You cook a lot - but do you like to? My father came from a restaurant family so I learned to cook from him long before it was cool for men to cook at home.
I think people living in cities cook less because of the options. When we rented an AirBnB in New York we almost always ate out because though we had a decent kitchen there were tons of great little restaurants on the same block as us.
I was objecting to the universal.
And I suspect people who don’t cook can find easy recipes if they want to. We have cookbooks full of them, and they are easy to find online.
When you go into a new cuisine (or start cooking at all) there are start up costs. But pretty soon you build up a stock of all you need. Produce is great, but frozen veg works also.
I cooked all the time when I was single. I even cooked the last two years I lived in a dorm, using a toaster oven and hot plate. (Long before microwaves were available for consumers.) It is definitely something you get better at.
We plan a week’s meals in advance before we go shopping, and make sure we get what we need for them. Hardly non-stop.
Once again, I did not say all. I did say many, which I can extend to mean most.
And we are not talking about how restaurants fail all the time, you are right, they do. But we are talking about a massive number of restaurants, many of which have been around for a good long time, all going under at the same time.

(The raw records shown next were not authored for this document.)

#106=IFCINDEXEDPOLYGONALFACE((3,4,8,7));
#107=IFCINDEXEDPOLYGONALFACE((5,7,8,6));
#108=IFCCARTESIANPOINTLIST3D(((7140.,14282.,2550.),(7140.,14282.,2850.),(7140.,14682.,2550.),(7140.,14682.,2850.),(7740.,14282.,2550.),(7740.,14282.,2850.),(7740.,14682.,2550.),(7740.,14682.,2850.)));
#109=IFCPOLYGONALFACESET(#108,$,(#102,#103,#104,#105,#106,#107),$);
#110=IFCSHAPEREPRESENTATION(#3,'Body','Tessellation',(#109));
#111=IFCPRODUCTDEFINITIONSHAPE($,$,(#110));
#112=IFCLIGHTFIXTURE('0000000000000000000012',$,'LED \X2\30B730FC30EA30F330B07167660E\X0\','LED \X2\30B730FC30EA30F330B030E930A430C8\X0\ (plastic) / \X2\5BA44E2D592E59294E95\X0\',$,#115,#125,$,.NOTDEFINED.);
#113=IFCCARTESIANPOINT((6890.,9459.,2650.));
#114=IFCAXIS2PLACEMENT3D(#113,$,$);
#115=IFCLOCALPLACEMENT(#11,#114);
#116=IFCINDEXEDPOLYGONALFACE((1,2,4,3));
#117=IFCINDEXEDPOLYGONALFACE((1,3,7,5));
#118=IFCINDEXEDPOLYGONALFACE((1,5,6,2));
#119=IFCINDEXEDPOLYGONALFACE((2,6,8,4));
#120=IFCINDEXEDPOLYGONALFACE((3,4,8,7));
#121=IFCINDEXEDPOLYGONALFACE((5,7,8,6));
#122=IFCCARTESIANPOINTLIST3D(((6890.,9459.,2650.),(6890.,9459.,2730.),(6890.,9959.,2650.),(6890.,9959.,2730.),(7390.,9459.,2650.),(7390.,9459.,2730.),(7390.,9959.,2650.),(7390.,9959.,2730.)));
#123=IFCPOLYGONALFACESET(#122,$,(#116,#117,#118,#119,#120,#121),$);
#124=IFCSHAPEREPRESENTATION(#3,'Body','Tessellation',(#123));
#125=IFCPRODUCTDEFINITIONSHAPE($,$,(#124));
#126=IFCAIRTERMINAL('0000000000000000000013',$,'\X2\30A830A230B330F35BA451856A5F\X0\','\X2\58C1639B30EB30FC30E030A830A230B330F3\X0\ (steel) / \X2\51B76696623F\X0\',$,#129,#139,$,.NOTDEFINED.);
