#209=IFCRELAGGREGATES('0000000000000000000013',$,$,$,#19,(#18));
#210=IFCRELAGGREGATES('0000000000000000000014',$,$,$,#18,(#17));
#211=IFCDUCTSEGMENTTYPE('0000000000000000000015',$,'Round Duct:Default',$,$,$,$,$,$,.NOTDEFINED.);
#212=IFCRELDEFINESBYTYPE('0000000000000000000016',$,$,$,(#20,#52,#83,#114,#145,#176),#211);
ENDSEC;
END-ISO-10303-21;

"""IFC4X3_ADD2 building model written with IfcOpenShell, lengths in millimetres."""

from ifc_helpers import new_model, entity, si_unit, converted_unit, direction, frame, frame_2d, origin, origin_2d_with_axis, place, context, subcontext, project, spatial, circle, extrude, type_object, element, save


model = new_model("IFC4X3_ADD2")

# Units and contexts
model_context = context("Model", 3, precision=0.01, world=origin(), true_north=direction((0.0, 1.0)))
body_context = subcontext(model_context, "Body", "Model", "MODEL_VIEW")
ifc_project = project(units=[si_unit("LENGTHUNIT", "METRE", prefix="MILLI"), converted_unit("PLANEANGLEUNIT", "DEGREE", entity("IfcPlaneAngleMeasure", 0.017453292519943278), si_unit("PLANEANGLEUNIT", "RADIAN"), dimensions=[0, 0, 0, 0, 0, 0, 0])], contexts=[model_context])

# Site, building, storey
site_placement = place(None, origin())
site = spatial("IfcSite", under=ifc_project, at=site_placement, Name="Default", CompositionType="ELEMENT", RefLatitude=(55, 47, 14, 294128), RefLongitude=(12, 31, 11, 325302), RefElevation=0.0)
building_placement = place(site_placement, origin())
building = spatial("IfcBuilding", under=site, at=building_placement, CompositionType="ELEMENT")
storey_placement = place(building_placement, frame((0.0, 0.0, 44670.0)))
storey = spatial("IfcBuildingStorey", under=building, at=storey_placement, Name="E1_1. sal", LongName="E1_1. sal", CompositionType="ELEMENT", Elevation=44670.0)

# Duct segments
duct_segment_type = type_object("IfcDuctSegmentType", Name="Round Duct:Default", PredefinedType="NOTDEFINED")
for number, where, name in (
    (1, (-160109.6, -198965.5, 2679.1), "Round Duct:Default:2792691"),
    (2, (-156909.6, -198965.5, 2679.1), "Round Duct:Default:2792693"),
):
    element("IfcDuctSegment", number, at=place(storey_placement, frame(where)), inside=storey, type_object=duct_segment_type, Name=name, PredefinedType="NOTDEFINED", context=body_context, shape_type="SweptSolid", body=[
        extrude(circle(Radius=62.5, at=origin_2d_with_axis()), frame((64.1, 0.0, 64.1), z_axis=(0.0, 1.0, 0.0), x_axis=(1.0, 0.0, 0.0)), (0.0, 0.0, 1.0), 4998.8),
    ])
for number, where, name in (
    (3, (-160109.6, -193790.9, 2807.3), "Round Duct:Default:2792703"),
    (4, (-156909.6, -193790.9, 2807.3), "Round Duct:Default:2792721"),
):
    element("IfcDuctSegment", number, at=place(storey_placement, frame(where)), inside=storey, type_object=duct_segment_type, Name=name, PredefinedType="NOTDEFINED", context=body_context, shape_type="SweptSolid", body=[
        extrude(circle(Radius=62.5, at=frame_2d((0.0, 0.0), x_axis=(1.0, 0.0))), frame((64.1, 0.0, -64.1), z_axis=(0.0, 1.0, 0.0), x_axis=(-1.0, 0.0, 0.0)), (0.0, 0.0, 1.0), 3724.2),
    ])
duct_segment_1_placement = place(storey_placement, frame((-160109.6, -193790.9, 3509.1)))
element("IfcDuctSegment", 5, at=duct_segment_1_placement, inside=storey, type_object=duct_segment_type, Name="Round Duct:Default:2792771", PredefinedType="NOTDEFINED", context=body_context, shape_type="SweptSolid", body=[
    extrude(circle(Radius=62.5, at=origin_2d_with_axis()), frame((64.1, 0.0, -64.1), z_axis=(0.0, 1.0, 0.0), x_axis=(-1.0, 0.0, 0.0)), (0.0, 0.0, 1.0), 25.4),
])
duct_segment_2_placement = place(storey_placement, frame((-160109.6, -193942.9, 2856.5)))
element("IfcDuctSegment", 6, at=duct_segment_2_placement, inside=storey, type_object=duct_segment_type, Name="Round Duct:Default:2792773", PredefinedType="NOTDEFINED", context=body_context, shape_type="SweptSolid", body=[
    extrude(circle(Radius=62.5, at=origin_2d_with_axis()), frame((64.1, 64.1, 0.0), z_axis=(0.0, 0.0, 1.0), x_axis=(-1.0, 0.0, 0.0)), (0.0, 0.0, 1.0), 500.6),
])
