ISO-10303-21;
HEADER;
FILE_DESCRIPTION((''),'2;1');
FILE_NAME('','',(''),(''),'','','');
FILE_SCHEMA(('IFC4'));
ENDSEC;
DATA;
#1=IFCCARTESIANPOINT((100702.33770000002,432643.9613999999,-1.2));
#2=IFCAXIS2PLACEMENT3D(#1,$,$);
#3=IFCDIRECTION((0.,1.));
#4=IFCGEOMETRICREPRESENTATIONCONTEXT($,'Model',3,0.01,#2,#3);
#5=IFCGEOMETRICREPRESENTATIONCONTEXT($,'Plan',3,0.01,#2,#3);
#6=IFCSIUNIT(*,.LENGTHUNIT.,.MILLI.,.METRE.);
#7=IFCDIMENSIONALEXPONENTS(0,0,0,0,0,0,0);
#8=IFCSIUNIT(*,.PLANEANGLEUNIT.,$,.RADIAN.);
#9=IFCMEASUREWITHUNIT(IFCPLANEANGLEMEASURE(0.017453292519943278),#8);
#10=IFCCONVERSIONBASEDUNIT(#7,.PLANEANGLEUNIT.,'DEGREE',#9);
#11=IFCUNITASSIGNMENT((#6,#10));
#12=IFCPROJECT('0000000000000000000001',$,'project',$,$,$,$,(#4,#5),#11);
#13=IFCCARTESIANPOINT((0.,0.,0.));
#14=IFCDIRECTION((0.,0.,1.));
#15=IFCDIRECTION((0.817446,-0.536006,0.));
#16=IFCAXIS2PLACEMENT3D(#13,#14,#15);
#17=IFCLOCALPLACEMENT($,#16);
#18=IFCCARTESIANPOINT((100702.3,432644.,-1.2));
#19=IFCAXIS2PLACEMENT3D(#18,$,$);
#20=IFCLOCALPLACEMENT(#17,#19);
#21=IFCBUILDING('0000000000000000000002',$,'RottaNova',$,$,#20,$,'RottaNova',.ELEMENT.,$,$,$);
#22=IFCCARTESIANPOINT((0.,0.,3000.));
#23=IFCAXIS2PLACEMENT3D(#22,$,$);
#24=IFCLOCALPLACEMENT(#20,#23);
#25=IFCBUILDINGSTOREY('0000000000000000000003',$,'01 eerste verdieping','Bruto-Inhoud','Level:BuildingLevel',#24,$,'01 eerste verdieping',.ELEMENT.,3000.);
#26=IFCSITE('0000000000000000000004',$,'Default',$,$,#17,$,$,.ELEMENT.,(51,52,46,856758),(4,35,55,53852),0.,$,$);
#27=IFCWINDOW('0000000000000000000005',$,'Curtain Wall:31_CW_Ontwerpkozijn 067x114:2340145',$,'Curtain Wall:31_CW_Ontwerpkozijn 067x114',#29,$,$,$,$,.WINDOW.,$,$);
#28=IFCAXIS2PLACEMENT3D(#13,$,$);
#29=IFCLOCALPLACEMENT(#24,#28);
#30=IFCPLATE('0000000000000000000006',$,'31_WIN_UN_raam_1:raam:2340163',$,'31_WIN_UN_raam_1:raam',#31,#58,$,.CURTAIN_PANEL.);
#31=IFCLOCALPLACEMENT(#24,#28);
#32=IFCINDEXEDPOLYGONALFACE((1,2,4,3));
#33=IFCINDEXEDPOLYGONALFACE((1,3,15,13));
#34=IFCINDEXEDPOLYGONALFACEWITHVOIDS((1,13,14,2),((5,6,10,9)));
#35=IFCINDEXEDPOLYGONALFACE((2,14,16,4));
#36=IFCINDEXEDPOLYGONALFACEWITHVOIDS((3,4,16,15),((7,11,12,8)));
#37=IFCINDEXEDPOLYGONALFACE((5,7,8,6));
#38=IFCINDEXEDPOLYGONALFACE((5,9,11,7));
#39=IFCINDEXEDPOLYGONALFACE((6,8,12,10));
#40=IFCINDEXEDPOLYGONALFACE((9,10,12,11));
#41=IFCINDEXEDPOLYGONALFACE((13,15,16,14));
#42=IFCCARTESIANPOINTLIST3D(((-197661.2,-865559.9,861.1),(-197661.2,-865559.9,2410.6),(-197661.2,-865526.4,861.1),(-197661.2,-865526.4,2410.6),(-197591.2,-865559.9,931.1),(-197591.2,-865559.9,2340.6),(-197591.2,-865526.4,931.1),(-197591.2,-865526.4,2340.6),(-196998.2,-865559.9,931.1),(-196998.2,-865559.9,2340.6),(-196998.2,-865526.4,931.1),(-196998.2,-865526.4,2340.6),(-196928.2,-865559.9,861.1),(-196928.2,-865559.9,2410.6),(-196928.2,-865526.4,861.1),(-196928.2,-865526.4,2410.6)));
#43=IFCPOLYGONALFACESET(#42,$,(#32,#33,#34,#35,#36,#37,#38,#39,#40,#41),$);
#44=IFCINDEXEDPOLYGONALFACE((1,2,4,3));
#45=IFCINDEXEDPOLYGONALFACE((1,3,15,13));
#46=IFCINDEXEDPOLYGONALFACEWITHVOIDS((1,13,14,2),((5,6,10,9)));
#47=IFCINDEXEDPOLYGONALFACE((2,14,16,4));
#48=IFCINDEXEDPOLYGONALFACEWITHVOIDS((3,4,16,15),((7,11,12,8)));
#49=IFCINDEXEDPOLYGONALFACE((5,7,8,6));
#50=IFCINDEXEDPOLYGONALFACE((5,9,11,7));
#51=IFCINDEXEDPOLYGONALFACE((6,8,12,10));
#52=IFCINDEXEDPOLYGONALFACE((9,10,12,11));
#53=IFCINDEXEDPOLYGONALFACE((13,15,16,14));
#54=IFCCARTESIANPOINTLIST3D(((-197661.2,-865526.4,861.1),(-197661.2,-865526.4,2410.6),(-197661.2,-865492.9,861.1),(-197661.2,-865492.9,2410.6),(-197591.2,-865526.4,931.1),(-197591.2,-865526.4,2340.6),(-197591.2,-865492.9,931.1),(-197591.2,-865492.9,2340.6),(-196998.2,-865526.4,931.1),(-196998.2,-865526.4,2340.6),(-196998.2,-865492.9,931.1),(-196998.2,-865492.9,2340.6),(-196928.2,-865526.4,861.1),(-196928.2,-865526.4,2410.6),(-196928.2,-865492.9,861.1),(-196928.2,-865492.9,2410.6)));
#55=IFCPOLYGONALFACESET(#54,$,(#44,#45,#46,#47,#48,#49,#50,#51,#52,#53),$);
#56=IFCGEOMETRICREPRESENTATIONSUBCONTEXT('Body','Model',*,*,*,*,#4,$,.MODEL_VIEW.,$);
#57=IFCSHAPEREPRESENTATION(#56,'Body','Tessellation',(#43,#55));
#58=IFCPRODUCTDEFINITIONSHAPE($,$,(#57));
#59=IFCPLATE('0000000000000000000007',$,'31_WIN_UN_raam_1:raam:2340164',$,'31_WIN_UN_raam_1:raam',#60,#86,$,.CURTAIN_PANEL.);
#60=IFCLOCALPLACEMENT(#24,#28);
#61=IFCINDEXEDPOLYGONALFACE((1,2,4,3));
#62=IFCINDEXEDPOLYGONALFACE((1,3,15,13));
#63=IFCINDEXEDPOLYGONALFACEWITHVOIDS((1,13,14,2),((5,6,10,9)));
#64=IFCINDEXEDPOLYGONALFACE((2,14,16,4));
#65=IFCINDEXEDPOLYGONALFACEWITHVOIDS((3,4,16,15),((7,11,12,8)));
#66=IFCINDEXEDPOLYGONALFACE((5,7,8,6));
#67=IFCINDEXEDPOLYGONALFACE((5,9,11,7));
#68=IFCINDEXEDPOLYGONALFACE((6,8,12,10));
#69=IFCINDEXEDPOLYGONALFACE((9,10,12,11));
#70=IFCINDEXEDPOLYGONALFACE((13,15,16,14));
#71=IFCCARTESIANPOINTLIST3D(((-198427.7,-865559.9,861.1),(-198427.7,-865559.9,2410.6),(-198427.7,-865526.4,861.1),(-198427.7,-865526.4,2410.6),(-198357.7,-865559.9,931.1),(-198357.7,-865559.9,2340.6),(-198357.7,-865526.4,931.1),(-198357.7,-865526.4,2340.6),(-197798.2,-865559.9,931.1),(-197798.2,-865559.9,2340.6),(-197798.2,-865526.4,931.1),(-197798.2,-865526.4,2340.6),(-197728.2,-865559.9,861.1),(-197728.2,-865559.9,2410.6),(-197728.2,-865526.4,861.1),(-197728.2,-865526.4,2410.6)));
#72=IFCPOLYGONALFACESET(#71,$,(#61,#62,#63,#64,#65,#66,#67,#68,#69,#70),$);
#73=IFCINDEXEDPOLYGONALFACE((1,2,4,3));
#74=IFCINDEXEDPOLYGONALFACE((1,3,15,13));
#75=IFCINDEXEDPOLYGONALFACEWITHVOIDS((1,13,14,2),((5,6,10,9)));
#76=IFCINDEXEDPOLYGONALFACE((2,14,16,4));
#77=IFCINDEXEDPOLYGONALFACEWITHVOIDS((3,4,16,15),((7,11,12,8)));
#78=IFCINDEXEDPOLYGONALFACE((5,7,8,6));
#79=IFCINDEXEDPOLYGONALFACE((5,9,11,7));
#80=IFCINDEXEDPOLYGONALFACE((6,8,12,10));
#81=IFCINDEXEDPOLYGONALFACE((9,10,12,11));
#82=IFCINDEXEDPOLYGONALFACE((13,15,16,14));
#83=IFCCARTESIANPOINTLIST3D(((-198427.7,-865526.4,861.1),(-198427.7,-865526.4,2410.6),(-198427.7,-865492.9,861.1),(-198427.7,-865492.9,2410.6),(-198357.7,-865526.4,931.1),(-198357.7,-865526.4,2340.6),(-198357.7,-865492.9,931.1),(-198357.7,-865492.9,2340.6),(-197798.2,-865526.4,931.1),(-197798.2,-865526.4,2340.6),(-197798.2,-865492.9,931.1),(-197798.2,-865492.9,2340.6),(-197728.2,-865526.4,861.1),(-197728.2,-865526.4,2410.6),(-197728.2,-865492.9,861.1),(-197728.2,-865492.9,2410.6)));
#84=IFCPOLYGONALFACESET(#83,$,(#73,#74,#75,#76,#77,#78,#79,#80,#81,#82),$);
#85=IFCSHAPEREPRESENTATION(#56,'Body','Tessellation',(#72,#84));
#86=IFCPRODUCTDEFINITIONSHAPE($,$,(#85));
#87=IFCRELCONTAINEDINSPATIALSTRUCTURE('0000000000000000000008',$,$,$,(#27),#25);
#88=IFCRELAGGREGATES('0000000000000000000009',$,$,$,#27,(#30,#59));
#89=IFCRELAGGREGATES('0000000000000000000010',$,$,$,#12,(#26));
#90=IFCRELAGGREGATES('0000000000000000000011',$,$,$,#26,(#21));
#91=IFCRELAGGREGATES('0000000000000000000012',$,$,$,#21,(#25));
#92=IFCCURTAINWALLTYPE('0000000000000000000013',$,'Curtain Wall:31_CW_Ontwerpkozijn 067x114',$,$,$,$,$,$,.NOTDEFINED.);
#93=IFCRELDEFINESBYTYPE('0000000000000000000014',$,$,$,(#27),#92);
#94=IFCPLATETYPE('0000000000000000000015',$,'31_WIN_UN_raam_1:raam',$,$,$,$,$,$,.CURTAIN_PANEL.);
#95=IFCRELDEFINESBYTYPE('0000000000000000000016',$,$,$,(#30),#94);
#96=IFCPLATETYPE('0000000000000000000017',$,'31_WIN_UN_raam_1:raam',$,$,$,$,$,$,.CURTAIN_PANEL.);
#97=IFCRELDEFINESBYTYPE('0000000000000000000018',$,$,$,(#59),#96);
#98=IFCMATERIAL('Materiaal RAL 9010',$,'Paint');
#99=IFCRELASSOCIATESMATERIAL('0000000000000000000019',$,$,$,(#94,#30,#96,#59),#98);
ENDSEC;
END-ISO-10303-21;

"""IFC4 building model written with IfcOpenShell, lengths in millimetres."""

from ifc_helpers import new_model, entity, si_unit, converted_unit, direction, frame, place, context, subcontext, project, spatial, indexed_curve, outline, extrude, source, transform, mapped, material, type_object, type_shapes, element, aggregate, save


model = new_model("IFC4")

# Units and contexts
model_context = context("Model", 3, precision=0.01, world=frame((100702.33770000002, 432643.9613999999, -1.2)), true_north=direction((0.0, 1.0)))
plan_context = context("Plan", 3, precision=0.01, world=frame((100702.33770000002, 432643.9613999999, -1.2)), true_north=direction((0.0, 1.0)))
body_context = subcontext(model_context, "Body", "Model", "MODEL_VIEW")
ifc_project = project(units=[si_unit("LENGTHUNIT", "METRE", prefix="MILLI"), converted_unit("PLANEANGLEUNIT", "DEGREE", entity("IfcPlaneAngleMeasure", 0.017453292519943278), si_unit("PLANEANGLEUNIT", "RADIAN"), dimensions=[0, 0, 0, 0, 0, 0, 0])], contexts=[model_context, plan_context])

# Site, building, storey
site_placement = place(None, frame((0.0, 0.0, 0.0), z_axis=(0.0, 0.0, 1.0), x_axis=(0.817446, -0.536006, 0.0)))
site = spatial("IfcSite", under=ifc_project, at=site_placement, Name="Default", CompositionType="ELEMENT", RefLatitude=(51, 52, 46, 856758), RefLongitude=(4, 35, 55, 53852), RefElevation=0.0)
building_placement = place(site_placement, frame((100702.3, 432644.0, -1.2)))
building = spatial("IfcBuilding", under=site, at=building_placement, Name="RottaNova", LongName="RottaNova", CompositionType="ELEMENT")
storey_placement = place(building_placement, frame((0.0, 0.0, 3000.0)))
storey = spatial("IfcBuildingStorey", under=building, at=storey_placement, Name="01 eerste verdieping", Description="Bruto-Inhoud", ObjectType="Level:BuildingLevel", LongName="01 eerste verdieping", CompositionType="ELEMENT", Elevation=3000.0)

# Shared definitions
curtain_wall_type = type_object("IfcCurtainWallType", Name="Curtain Wall:31_CW_Ontwerpkozijn 067x114", PredefinedType="NOTDEFINED")

# Window, plates
window_1_placement = place(storey_placement, frame((0.0, 0.0, -3000.0)))
window_1 = element("IfcWindow", 1, at=window_1_placement, inside=storey, type_object=curtain_wall_type, Name="Curtain Wall:31_CW_Ontwerpkozijn 067x114:2340145", ObjectType="Curtain Wall:31_CW_Ontwerpkozijn 067x114", PredefinedType="WINDOW")
ifc_material_1 = material(Name="Materiaal RAL 9010", Category="Paint")
plate_type_1 = type_object("IfcPlateType", Name="31_WIN_UN_raam_1:raam", PredefinedType="CURTAIN_PANEL", material=ifc_material_1)
shared_shape_1 = source(frame((100702.3, 432644.0, -1.2)), body_context, "Body", "SweptSolid", [
    extrude(outline(indexed_curve([(-366.5, -774.8), (366.5, -774.8), (366.5, 774.8), (-366.5, 774.8), (-366.5, -774.8)], self_intersect=False), holes=[indexed_curve([(-296.5, 704.8), (296.5, 704.8), (296.5, -704.8), (-296.5, -704.8), (-296.5, 704.8)], self_intersect=False)]), frame((0.0, 58.5, 774.8), z_axis=(0.0, 1.0, 0.0), x_axis=(1.0, 0.0, 0.0)), (0.0, 0.0, 1.0), 33.5),
    extrude(outline(indexed_curve([(-366.5, -774.8), (366.5, -774.8), (366.5, 774.8), (-366.5, 774.8), (-366.5, -774.8)], self_intersect=False), holes=[indexed_curve([(-296.5, 704.7), (296.5, 704.7), (296.5, -704.8), (-296.5, -704.8), (-296.5, 704.7)], self_intersect=False)]), frame((0.0, 25.0, 774.8), z_axis=(0.0, 1.0, 0.0), x_axis=(1.0, 0.0, 0.0)), (0.0, 0.0, 1.0), 33.5),
])
type_shapes(plate_type_1, [shared_shape_1])
plate_1_placement = place(window_1_placement, frame((4110.0, -180.0, 3863.5), z_axis=(0.0, 0.0, 1.0), x_axis=(-1.0, 0.0, 0.0)))
plate_1 = element("IfcPlate", 2, at=plate_1_placement, type_object=plate_type_1, material=ifc_material_1, Name="31_WIN_UN_raam_1:raam:2340163", ObjectType="31_WIN_UN_raam_1:raam", PredefinedType="CURTAIN_PANEL", context=body_context, shape_type="MappedRepresentation", body=[
    mapped(shared_shape_1, transform((100702.3, 432644.0, -1.2), scale=1.0)),
])
plate_type_2 = type_object("IfcPlateType", Name="31_WIN_UN_raam_1:raam", PredefinedType="CURTAIN_PANEL", material=ifc_material_1)
shared_shape_2 = source(frame((100702.3, 432644.0, -1.2)), body_context, "Body", "SweptSolid", [
    extrude(outline(indexed_curve([(-349.7, -774.8), (349.7, -774.8), (349.7, 774.8), (-349.7, 774.8), (-349.7, -774.8)], self_intersect=False), holes=[indexed_curve([(-279.7, 704.8), (279.7, 704.8), (279.7, -704.8), (-279.7, -704.8), (-279.7, 704.8)], self_intersect=False)]), frame((0.0, 58.5, 774.8), z_axis=(0.0, 1.0, 0.0), x_axis=(1.0, 0.0, 0.0)), (0.0, 0.0, 1.0), 33.5),
    extrude(outline(indexed_curve([(-349.7, -774.8), (349.7, -774.8), (349.7, 774.8), (-349.7, 774.8), (-349.7, -774.8)], self_intersect=False), holes=[indexed_curve([(-279.7, 704.7), (279.7, 704.7), (279.7, -704.8), (-279.7, -704.8), (-279.7, 704.7)], self_intersect=False)]), frame((0.0, 25.0, 774.8), z_axis=(0.0, 1.0, 0.0), x_axis=(1.0, 0.0, 0.0)), (0.0, 0.0, 1.0), 33.5),
])
type_shapes(plate_type_2, [shared_shape_2])
plate_2_placement = place(window_1_placement, frame((3326.7, -180.0, 3863.5), z_axis=(0.0, 0.0, 1.0), x_axis=(-1.0, 0.0, 0.0)))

Sure, there are niche places here and there that will manage to keep a good crowd. Some places have attractive patios. But what about all the suburban mom and pop shops with a view of a parking lot?
Unless the landlord gives you a break, your rent stays the same. Utilities are not that much different from being slow to being busy. Labor and production doesn’t scale linearly. I can do twice with 8 what I can do with 5.
A restaurant does not make money unless it is over 80-90% capacity. They just don’t. Now, maybe you can reformulate that business model, but it’s going to result in much higher prices.
I remember not all that long ago that there were those (I have no idea if it were any of you, and in fact, one of the biggest opponents is no longer with us) who argued that an increase in MW would cause restaurants to go out of business because they would have to raise their prices by 5%-10%. If a store has to operate at 50% capacity, they are going to need to raise their prices by a whole lot more than 10% to stay in the black.
Lots of little restaurants near me are family run, which means that most of their workers are in the same family. They are going to stay open because otherwise the family would still need to find work if they close, which is going to be tough.
I wonder if more people working from home is going to hurt them going forward. It is a lot easier to cook if you have time during the day to do prep or start something. Take out or a restaurant is more appealing if you both get home at 7 pm. And there will be a lot more work from home than there used to be.
Cite? Because I see lots of restaurants, successful restaurants, which half or more table empty during lunch or dinner.
Mind you- most restaurants fail anyway.
On Friday and Saturday night though? Yeah, during the week they usually have specials to try to bring people in. But having to limit their peak attendance is going to mean raised prices if they want to stay in business. It definitely will happen since absolutely every restaurant will be facing the same constraint. Far fewer of them will survive because there won’t be the market at the prices that will be needed.
And of course, it depends on their business model. Do they do a ton of carry out and delivery and aren’t depending on alcohol sales? Or, is it a place with ok food for lunch but they do a massive finger food and happy hour business starting at 4? Maybe they do a ton of catering business and the walk in business is a bonus?
Are you complaining that you didn’t use the word “all”? :dubious:
If you see a Chinese place and nail salon in the same shopping center sometimes mom does nails and dad does the food. And of course mom and dad can help each other out too.